# Elastomeric Coating on T1-11



## SeasideCA (Jan 6, 2010)

Anyone applied elastomeric to T1-11? Also can is be sprayed on with a Graco Airless? Should it be rolled on?

Thanks
Cr


----------



## plazaman (Apr 17, 2005)

Are you wanting to apply that elastomeric coating because of board shrinkage ? It can be sprayed on, but spraying outdoors is a bit challenging , especially if there are cars close by. Over spray and wind can do some serious damage, with great distances .

when we painted t-11 , we brushed the groves, then rolled that flat surfaces, worked pretty well.


----------



## JHC (Jun 4, 2010)

Spray, brush, or roll. Depending on your pump, check the specs.


----------



## DBBII (Aug 28, 2008)

From Sherwin-Williams (Sher-lastic)

Apply at temperatures between 50°F and 100°F. Do not reduce.

Brush - Use a nylon/polyester brush. Avoid over-brushing which causes air bubbles.

Roller - Use a ½" to 1½" nap synthetic roller cover. Avoid rapid rolling which causes bubbling.

Spray—Airless
Pressure, minimum ............... 2300 psi
Tip, minimum ............................ .021"

The substrate and its condition will determine the application procedure. Considerations to minimize pinholes:
• 2 coat application with overnight drying between coats
• Spray application with backrolling
• Power rolling

Note that they tell you to use mineral sprirts to clean sprayer. In a lot of jurisdications, this is considered hazardous, and is a PITA to dispose of.


----------



## ibsocal (Feb 24, 2007)

Flush/Clean pump with water better than usual. I think the spirits flush is to help avoid rust,i think you can use pump armor for that.

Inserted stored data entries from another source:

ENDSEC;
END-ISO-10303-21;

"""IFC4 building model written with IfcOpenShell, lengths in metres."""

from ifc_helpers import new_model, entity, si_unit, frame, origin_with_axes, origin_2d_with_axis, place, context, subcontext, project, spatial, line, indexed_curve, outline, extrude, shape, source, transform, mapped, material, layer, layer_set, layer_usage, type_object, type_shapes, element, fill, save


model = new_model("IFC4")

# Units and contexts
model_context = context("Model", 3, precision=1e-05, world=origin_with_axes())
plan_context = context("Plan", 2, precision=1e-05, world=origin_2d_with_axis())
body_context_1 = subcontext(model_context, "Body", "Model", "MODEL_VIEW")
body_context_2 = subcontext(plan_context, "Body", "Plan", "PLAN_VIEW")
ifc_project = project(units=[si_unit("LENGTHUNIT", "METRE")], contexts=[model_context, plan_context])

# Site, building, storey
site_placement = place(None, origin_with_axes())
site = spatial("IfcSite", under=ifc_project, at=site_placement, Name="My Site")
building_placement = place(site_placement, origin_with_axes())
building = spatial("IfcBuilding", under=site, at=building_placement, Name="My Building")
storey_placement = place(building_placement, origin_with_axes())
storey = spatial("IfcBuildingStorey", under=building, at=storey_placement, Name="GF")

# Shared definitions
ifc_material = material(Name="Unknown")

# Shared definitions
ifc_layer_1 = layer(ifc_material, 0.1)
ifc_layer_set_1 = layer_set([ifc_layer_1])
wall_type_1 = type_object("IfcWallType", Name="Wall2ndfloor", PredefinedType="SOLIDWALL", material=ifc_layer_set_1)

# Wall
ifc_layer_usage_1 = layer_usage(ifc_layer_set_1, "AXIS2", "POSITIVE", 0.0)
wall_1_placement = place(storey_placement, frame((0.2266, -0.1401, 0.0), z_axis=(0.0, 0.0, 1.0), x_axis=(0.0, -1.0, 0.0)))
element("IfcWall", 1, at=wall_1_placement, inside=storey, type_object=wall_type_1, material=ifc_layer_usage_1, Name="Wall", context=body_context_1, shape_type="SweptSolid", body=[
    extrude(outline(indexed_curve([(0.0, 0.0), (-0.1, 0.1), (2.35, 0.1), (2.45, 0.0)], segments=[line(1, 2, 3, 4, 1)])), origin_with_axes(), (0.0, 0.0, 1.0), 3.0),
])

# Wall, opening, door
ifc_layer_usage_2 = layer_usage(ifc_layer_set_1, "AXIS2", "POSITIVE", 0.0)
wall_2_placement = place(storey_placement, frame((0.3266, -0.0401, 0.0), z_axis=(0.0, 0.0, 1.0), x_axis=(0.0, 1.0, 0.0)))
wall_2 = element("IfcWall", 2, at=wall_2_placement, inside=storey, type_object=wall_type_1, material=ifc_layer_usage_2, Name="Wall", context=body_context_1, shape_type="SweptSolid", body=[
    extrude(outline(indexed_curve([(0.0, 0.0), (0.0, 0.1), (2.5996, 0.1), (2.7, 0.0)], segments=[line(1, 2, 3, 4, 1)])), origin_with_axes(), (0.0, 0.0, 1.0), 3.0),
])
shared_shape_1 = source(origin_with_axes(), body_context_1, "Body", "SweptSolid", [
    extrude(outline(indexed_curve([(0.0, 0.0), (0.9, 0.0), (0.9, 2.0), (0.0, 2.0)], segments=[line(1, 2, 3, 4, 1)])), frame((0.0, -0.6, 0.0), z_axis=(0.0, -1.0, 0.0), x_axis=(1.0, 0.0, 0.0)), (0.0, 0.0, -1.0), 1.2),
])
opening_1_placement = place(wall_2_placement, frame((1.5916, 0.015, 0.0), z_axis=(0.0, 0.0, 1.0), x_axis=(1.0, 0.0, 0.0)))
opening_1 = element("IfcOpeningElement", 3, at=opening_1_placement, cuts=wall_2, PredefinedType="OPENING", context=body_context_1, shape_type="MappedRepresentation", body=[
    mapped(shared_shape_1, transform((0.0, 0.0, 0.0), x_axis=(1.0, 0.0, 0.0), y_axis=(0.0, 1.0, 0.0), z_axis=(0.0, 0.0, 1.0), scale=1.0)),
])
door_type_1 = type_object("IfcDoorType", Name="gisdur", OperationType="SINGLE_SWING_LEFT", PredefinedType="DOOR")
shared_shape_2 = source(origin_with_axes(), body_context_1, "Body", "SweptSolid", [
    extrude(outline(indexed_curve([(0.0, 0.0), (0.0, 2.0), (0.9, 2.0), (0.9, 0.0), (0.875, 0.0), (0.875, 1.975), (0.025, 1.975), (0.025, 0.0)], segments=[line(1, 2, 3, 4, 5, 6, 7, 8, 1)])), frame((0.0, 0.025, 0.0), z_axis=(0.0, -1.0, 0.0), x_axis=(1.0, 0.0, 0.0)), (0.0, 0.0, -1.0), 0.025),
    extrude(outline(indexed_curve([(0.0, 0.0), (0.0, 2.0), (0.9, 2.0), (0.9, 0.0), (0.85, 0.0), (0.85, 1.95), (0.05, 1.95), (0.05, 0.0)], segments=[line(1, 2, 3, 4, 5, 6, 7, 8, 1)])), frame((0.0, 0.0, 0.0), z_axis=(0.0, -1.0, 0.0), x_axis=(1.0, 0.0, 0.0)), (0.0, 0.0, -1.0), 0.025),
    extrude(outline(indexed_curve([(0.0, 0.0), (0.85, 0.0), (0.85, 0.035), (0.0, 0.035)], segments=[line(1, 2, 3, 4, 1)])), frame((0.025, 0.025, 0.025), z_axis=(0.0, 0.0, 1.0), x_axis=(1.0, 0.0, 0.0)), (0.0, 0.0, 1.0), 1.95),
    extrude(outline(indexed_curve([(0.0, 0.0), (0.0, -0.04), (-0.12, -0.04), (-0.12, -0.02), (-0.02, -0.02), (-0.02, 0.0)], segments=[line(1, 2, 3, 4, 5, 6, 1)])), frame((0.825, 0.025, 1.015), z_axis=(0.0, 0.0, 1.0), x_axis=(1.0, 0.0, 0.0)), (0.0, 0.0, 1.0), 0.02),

depends on the size of your pump if it can handle it.(min 1gpm)
power rolling works great,so does spraying but you better have a good big reversable tip.just did 2 , 3 unit 3 story buildings with scaffold and wind screen for overspray on the beach went through about 80 gal of sherlastic on stucco with t1-11 trim.sprayed/back rolled 75% power rolled 25%.
something like that anyway.


----------



## SeasideCA (Jan 6, 2010)

*thanks*

very helpful thank you.


----------



## JHC (Jun 4, 2010)

DBBII said:


> From Sherwin-Williams (Sher-lastic)
> 
> Apply at temperatures between 50°F and 100°F. Do not reduce.
> 
> ...



I was referring to the specs of your airless if it could spray elasto or not.


----------



## 4thGeneration (Nov 23, 2006)

When we painted this type of siding we would spray a heavy coat and follow up right behind it with a 1 1/4 inch nap to ensure it was all pressed into the grooves as well as the flat surface of the wood. After it dried we would come back with a cap coat of the product.

We also would caulk the bottom of the siding to the foundation wall because you either have to do that or prime the entire back side of each panel which was not happening at that point.


----------